We talked to Zach, a high school student in the Chicago area who also got involved in mining last summer. He was able to find a source that would sell him a couple dozen RX 580 graphics cards for the MSRP around $300. He immediately turned around and re-sold them for $400. Those profits helped to finance investments in still more graphics cards that he put to work mining Ethereum and a lesser-known cryptocurrency called Siacoin.
Not video games but America's National Valet Olympics, as described by Geoff Manaugh for The Atlantic, does include some challenges that sound very game-y:
Then came the Luggage Load. Beneath a soaring outdoor veranda with spectacular views, a brown Hyundai Elantra stood waiting. Its roof seemed to ripple in the heat. A few of the athletes looked apprehensive: The car had "an unusual trunk configuration," I heard one say. The luggage cart, another noticed, had a broken wheel. And was that a slope leading down to the car? That could send the cart speeding downhill, its bags spilling out onto the concrete.
With some folks speculating that Dark Souls: Remastered might copy later games and let players teleport between bonfires whenever they please (the makers have not said or even suggested it will, to be clear), Robert Zak says no thank you on Kotaku UK.
I think back to that bonfire in Blighttown, not only to the initial feeling of respite but to what comes after. Once I replenish my Estus and treat myself to a toilet break, the sense of relief gets swamped out by dread as the reality of my situation dawns on me; that in lighting this bonfire I've cut myself off from the previous one, whose surrounding area I'd grown sort-of comfortable with on account of how much time I'd spent there.
Jana Sloan van Geest, one of the scripwriters on Assassin's Creed Origins, wrote a Twitter thread "about the need for simplicity and clarity in game writing" and how she changed her mind over the course of development.
"The player isn't stupid!" I told myself. I mistook simplicity in writing for pandering.
Professional subtitler Max Deryagin looks at the good, the bad, and the illegible of game subtitles in 2017. This on a progression-gating phone call in Resident Evil 7:
So, what do you do as a hearing player? You turn around and take the call. And as a deaf player? Unable to hear the phone, you leave the trailer and wander around for a couple of hours, trying to guess what the hell you're supposed to do now, until you either figure it by sheer chance or give up and go on the internet to find out. Pretty frustrating, isn't it? Well, this game actually has a setting for enabling the phone icon, but many other games have nothing, and in such genres as horror, puzzle and adventure, sound information can be essential to your progress or survival. But, sadly, sounds and their direction are rarely subtitled.

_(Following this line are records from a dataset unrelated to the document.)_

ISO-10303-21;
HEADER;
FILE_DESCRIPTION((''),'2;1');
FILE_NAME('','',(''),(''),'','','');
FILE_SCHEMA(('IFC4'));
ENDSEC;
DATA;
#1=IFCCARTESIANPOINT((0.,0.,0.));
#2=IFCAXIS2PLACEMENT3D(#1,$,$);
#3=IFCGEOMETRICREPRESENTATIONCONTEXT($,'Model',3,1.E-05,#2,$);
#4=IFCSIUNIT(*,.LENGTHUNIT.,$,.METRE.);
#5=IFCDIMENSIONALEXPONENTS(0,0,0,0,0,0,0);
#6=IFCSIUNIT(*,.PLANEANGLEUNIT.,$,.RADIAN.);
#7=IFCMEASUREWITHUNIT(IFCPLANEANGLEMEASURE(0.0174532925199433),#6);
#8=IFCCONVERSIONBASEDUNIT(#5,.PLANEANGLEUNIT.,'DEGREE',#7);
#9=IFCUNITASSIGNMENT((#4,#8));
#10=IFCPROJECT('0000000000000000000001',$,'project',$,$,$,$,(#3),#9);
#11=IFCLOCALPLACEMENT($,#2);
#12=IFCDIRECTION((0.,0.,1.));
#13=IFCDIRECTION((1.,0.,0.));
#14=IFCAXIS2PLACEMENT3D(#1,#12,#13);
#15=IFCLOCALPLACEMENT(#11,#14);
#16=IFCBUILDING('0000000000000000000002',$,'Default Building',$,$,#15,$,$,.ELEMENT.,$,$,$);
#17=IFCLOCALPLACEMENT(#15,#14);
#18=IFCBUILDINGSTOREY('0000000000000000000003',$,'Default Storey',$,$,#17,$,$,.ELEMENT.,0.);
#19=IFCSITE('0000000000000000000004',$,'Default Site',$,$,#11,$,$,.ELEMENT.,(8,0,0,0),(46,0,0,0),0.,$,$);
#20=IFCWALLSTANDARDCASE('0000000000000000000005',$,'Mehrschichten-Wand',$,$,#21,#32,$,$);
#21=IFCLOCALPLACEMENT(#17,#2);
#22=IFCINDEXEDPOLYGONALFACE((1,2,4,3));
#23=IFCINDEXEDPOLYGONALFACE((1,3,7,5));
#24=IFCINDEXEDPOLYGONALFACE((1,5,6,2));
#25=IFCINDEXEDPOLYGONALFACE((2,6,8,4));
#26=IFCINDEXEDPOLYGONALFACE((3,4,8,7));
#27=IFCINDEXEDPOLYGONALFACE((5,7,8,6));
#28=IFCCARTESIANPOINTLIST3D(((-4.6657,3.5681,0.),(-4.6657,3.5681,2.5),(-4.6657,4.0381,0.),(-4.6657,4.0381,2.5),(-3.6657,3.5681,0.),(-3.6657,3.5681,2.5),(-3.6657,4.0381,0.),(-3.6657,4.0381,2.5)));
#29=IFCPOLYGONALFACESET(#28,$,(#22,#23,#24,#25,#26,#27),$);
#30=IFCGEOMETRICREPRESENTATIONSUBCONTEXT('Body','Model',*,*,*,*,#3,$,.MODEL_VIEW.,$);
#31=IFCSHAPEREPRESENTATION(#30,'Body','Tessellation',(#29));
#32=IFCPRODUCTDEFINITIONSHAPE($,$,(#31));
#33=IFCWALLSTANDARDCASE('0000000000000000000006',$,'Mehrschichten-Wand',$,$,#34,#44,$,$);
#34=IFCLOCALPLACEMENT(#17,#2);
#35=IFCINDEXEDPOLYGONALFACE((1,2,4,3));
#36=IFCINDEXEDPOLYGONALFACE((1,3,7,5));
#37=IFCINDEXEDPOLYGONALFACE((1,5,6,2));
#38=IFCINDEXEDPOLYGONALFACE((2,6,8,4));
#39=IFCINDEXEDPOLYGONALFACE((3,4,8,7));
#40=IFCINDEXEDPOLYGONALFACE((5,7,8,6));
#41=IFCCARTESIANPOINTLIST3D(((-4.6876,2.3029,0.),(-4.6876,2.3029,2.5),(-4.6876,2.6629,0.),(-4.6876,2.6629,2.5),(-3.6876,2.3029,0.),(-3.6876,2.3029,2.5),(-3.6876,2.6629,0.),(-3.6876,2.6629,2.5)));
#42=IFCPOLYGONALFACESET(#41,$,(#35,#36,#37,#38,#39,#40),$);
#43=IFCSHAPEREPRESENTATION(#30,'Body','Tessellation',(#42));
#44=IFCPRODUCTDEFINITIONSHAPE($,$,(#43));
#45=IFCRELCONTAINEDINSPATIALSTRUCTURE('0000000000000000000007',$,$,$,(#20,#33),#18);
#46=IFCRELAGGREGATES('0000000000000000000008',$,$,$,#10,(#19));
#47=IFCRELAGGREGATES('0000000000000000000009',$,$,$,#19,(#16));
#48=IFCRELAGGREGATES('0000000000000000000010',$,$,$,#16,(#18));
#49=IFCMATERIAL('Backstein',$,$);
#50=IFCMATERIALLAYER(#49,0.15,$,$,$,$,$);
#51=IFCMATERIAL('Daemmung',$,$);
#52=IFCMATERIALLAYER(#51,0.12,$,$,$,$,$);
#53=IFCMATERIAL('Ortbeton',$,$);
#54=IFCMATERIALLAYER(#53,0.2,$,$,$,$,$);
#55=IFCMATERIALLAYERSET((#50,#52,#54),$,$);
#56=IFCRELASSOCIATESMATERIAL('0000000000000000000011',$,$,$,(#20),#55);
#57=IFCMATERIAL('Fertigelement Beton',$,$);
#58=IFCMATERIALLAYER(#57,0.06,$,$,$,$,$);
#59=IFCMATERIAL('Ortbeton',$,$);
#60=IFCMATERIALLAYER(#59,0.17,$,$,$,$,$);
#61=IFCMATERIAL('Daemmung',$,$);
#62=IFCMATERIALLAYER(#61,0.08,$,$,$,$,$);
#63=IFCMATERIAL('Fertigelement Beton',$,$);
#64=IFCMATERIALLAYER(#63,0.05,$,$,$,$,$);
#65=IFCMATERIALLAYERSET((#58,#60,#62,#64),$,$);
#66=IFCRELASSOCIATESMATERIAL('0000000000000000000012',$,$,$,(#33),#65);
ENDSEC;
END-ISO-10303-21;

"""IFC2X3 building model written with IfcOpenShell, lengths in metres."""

from ifc_helpers import new_model, entity, si_unit, converted_unit, frame, frame_2d, origin, origin_with_axes, place, context, subcontext, project, spatial, rectangle, extrude, material, layer, layer_set, layer_usage, element, save


model = new_model("IFC2X3")

# Units and contexts
model_context = context("Model", 3, precision=1e-05, world=origin())
body_context = subcontext(model_context, "Body", "Model", "MODEL_VIEW")
ifc_project = project(units=[si_unit("LENGTHUNIT", "METRE"), converted_unit("PLANEANGLEUNIT", "DEGREE", entity("IfcPlaneAngleMeasure", 0.0174532925199433), si_unit("PLANEANGLEUNIT", "RADIAN"), dimensions=[0, 0, 0, 0, 0, 0, 0])], contexts=[model_context])

# Site, building, storey
site_placement = place(None, origin())
site = spatial("IfcSite", under=ifc_project, at=site_placement, Name="Default Site", CompositionType="ELEMENT", RefLatitude=(8, 0, 0, 0), RefLongitude=(46, 0, 0, 0), RefElevation=0.0)
building_placement = place(site_placement, origin_with_axes())
building = spatial("IfcBuilding", under=site, at=building_placement, Name="Default Building", CompositionType="ELEMENT")
storey_placement = place(building_placement, origin_with_axes())
storey = spatial("IfcBuildingStorey", under=building, at=storey_placement, Name="Default Storey", CompositionType="ELEMENT", Elevation=0.0)

# Walls
ifc_material_1 = material(Name="Backstein")
ifc_layer_1 = layer(ifc_material_1, 0.15)
ifc_material_2 = material(Name="Daemmung")
ifc_layer_2 = layer(ifc_material_2, 0.12)
ifc_material_3 = material(Name="Ortbeton")
ifc_layer_3 = layer(ifc_material_3, 0.2)
ifc_layer_set_1 = layer_set([ifc_layer_1, ifc_layer_2, ifc_layer_3])
ifc_layer_usage_1 = layer_usage(ifc_layer_set_1, "AXIS2", "POSITIVE", -0.47)
wall_1_placement = place(storey_placement, frame((-4.6657, 3.5681, 0.0), z_axis=(0.0, 0.0, 1.0), x_axis=(1.0, 0.0, 0.0)))
element("IfcWallStandardCase", 1, at=wall_1_placement, inside=storey, material=ifc_layer_usage_1, Name="Mehrschichten-Wand", context=body_context, shape_type="SweptSolid", body=[
    extrude(rectangle(XDim=1.0, YDim=0.47, at=frame_2d((0.5, 0.235), x_axis=(1.0, 0.0))), origin_with_axes(), (0.0, 0.0, 1.0), 2.5),
])
ifc_material_4 = material(Name="Fertigelement Beton")
ifc_layer_4 = layer(ifc_material_4, 0.06)
ifc_material_5 = material(Name="Ortbeton")
ifc_layer_5 = layer(ifc_material_5, 0.17)
ifc_material_6 = material(Name="Daemmung")
ifc_layer_6 = layer(ifc_material_6, 0.08)
ifc_material_7 = material(Name="Fertigelement Beton")
ifc_layer_7 = layer(ifc_material_7, 0.05)
ifc_layer_set_2 = layer_set([ifc_layer_4, ifc_layer_5, ifc_layer_6, ifc_layer_7])
ifc_layer_usage_2 = layer_usage(ifc_layer_set_2, "AXIS2", "POSITIVE", 0.0)
wall_2_placement = place(storey_placement, frame((-4.6876, 2.3029, 0.0), z_axis=(0.0, 0.0, 1.0), x_axis=(1.0, 0.0, 0.0)))
element("IfcWallStandardCase", 2, at=wall_2_placement, inside=storey, material=ifc_layer_usage_2, Name="Mehrschichten-Wand", context=body_context, shape_type="SweptSolid", body=[
    extrude(rectangle(XDim=1.0, YDim=0.36, at=frame_2d((0.5, 0.18), x_axis=(1.0, 0.0))), origin_with_axes(), (0.0, 0.0, 1.0), 2.5),
])

save(model, "model.ifc")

It's always worth remembering that studio crunch is a garbage process that lures people in with their dreams then chews them up and spits 'em out. This latest reminder comes from David Milner writing on Game Informer - a little surprising for a site and magazine owned by megahuge industry bestie retailer GameStop.
For this to change, crunch needs to be reframed as a failing not a virtue, workplace culture needs to be carefully managed so that passion isn't preyed upon, and developers need to think long and hard about collective organisation and forming a union to represent their rights.
Do you follow .BSP? Run by David Will, the Twitter account posts daily screenshots of maps players have built for GoldSrc engine games (that's Half-Life + CS + mods etc). Some are beautiful, and even those which are less so help build an appreciation for the scene, the craft, the effort, and what people were into. And sometimes...
Music this week is Pylon's Gyrate. Stop. Spin. Back again.